Let $\Delta$ be the interval $[-1,1]$, then we can consider the probability space $(\Delta , \mathcal{B}(\Delta),\nu)$, where $\mathcal{B}(\Delta)$ is the Borel $\sigma$-algebra and $\nu$ is equal half of the Lebesgue measure.
Then we can endow the space $\Delta^{\mathbb{N}}:= \{ (\omega_n)_{n\in \mathbb{N}};\ \omega_n \in \Delta, \ \forall \ n\in \mathbb{N}\}$ with the $\sigma$-algebra $\mathcal{B}(\Delta^{\mathbb{N}})$ (Borel $\sigma$-algebra of $\Delta^{\mathbb{N}}$ induced by the product topology) and the probability measuare $\nu^{\mathbb{N}}$ in the measurable space$(\Delta^{\mathbb{N}},\mathcal{B}(\Delta^{\mathbb{N}}))$, such that $$\nu^{\mathbb{N}} \left(A_1\times A_2\times \ldots \times A_n \times \prod_{i=n+1}^{\infty} \Delta\right)=\nu(A_1) \cdot \ldots\cdot \nu(A_n). $$
Now, let $\sigma>2/(3\sqrt{3})$ be a real number, and define $$x_-^* = \text{The unique real root of the polynomial }x^ 3+ \sigma = x, $$ $$x_+^* = \text{The unique real root of the polynomial }x^ 3- \sigma = x, $$ it is easy to see that $x_+^* = -x_-^*$.

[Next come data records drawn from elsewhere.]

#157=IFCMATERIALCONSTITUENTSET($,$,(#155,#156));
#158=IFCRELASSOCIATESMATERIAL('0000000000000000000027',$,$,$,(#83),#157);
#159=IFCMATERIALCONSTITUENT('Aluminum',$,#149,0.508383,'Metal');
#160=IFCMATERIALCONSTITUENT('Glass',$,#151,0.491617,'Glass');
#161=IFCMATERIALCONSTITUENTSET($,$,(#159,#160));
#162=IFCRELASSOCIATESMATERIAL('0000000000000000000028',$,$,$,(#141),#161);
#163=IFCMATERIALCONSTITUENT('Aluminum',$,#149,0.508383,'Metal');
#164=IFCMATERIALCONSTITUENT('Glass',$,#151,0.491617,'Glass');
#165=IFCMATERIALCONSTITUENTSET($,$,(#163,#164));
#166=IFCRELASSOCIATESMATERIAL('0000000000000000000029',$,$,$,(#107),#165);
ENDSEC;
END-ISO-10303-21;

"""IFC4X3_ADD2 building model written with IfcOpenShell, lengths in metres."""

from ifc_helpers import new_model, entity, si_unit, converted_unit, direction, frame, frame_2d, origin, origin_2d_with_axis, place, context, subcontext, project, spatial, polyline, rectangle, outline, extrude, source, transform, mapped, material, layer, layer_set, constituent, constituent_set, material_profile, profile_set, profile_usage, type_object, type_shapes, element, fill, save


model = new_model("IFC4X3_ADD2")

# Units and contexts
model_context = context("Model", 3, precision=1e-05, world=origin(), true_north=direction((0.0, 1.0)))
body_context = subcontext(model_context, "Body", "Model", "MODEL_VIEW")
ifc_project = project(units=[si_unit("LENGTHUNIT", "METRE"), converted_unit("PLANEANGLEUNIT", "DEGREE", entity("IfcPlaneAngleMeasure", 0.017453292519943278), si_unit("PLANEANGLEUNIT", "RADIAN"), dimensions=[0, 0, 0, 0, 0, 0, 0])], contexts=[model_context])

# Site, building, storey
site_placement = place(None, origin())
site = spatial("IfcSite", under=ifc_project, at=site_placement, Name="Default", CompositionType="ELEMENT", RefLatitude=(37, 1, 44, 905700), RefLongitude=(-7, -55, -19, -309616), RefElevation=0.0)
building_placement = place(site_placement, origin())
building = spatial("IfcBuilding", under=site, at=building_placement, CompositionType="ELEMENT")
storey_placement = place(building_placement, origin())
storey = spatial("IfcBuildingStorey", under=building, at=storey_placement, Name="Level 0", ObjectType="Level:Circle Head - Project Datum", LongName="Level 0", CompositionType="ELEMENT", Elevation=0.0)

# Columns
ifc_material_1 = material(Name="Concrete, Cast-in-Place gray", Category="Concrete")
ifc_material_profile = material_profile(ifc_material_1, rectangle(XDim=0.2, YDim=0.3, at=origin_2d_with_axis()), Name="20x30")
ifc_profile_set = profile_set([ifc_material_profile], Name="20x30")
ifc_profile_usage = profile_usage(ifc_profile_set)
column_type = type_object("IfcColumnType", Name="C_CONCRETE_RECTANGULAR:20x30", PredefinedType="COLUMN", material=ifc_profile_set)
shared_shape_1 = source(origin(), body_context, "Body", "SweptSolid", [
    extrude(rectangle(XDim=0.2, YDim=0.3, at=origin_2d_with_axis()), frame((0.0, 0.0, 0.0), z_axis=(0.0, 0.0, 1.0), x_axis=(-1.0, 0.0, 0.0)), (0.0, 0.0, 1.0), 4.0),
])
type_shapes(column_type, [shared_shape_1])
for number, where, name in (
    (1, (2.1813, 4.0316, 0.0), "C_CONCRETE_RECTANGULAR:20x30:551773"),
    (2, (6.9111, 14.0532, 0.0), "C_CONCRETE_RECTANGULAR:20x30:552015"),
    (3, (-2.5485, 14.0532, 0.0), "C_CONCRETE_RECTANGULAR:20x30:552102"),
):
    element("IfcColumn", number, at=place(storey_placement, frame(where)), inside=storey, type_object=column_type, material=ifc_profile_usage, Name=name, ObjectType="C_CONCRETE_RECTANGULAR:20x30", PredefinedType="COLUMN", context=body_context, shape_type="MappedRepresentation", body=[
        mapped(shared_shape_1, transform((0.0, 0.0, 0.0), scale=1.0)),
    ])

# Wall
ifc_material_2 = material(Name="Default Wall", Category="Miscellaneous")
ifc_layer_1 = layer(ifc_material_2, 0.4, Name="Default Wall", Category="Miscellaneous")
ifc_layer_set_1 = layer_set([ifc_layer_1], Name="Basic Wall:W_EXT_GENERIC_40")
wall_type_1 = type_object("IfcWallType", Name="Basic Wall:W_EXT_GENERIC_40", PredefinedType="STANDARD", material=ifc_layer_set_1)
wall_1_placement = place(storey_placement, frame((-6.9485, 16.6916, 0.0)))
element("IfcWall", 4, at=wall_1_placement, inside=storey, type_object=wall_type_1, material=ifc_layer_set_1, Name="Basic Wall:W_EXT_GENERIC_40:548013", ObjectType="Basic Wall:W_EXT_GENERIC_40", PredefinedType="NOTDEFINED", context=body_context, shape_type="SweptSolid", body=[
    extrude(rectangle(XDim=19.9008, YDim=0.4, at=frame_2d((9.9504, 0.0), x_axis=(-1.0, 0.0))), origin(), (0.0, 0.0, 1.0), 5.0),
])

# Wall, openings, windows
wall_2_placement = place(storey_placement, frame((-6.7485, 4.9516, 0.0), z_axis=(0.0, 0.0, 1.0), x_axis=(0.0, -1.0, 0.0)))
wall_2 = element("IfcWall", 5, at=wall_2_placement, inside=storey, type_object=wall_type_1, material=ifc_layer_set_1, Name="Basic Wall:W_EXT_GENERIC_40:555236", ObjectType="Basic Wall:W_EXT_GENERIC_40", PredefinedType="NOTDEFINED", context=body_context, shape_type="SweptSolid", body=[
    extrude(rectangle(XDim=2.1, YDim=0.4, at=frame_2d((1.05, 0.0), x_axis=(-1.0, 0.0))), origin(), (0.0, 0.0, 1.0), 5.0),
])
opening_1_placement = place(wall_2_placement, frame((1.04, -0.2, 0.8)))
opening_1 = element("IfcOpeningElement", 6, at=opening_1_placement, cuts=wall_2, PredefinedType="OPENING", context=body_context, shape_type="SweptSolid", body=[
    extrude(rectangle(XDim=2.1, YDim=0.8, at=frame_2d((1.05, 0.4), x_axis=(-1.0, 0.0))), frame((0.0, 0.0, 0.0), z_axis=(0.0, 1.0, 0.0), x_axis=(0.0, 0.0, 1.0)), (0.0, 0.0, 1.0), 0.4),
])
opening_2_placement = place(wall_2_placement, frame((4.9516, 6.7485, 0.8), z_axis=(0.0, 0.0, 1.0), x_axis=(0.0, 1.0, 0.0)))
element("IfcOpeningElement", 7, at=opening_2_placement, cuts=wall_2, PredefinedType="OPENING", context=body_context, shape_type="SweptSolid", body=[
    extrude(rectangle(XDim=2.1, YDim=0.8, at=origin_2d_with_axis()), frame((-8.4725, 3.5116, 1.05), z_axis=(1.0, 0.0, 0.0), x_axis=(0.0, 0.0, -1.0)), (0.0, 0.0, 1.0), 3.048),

We can then define the function $$h:\mathbb{N}\times \Delta^ \mathbb{N}\times \mathbb{R}\to \mathbb{R} $$ in the following recursive way,
- $h(0,(\omega_n)_{n},x) = x$, $\forall\ (\omega_n)_n\in \mathbb{N}$ and $\forall\ x\in \mathbb{R}$;
- $h(i+1,(\omega_n)_{n},x) = \sqrt[3]{h(i,(\omega_n)_{n},x) + \sigma \omega_i}.$
This way we are for, every $x \in \mathbb{R}$ and $(\omega_n)_n\in\Delta^\mathbb {N}$, defining the following sequence $$\left\{x, \sqrt[3]{x + \sigma \omega_1},\sqrt[3]{\sqrt[3]{x + \sigma \omega_1}+\sigma w_2},\sqrt[3]{\sqrt[3]{\sqrt[3]{x + \sigma \omega_1}+\sigma w_2} + \sigma w_3}, \ldots \right\}.$$
Using Mathematica I did some numerical experiments and seems like that $$\lim_{n\to\infty}\left| h(n,(\omega_n)_n, x^*_+) - h(n,(\omega_n)_n, x^*_-) \right| = 0,\ \text{for $\nu^{\mathbb{N}}$-almost surely $(\omega_n)_n$} \in \Delta^{\mathbb{N}}. $$
Can anyone tell me, or present me a good reason why this should happen?
Numerical evidences
Below this paragraph you can find my Mathematica code, imputing a value of $\sigma$ and a number of iterations ($b$) this program has as output two discrete plot, the first one is the discrete plot of the sequences $h(\cdot, (\omega_n)_n, x_+^ *)$ and $h(\cdot, (\omega_n)_n, x_-^ *)$ in the same plot, the second one is a discrete plot of the difference $h(\cdot , (\omega_n)_n, x_+^ *) - h(\cdot , (\omega_n)_n, x_-^ *)$, for some random sequence $(\omega_n)_n$.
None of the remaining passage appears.